# Assigned task:
For each line below that contains the word "contexts", return that line.

Stored items:
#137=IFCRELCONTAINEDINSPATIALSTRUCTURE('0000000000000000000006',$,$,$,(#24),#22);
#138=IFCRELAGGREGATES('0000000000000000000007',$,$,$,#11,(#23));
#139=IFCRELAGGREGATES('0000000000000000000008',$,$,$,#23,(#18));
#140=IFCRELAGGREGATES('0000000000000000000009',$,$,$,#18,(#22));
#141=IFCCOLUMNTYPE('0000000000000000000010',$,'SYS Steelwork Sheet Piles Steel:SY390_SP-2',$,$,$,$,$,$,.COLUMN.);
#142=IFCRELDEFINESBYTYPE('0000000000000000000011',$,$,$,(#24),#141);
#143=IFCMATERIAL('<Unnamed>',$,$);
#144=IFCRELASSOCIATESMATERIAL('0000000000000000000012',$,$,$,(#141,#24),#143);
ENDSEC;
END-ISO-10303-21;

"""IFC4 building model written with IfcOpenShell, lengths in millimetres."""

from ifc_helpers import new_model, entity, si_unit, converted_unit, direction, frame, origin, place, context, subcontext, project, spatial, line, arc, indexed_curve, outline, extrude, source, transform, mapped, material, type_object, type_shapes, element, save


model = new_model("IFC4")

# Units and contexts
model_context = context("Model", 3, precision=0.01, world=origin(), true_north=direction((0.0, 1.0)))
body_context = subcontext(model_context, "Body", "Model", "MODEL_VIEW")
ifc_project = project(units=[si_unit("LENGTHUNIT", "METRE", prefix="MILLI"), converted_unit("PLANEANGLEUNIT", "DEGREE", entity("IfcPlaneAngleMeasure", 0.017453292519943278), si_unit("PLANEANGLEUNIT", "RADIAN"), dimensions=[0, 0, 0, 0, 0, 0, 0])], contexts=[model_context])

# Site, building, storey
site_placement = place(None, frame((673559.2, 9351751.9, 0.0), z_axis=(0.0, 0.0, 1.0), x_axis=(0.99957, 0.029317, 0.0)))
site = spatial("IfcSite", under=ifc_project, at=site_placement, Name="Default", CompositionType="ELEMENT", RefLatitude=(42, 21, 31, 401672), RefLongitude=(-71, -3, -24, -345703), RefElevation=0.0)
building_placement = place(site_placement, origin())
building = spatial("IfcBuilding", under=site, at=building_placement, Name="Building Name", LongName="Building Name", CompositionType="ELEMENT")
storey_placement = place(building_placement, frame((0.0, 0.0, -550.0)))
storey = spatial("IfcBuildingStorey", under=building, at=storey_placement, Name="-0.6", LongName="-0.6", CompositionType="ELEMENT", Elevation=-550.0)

# Answer for this exercise:
# Units and contexts
ifc_project = project(units=[si_unit("LENGTHUNIT", "METRE", prefix="MILLI"), converted_unit("PLANEANGLEUNIT", "DEGREE", entity("IfcPlaneAngleMeasure", 0.017453292519943278), si_unit("PLANEANGLEUNIT", "RADIAN"), dimensions=[0, 0, 0, 0, 0, 0, 0])], contexts=[model_context])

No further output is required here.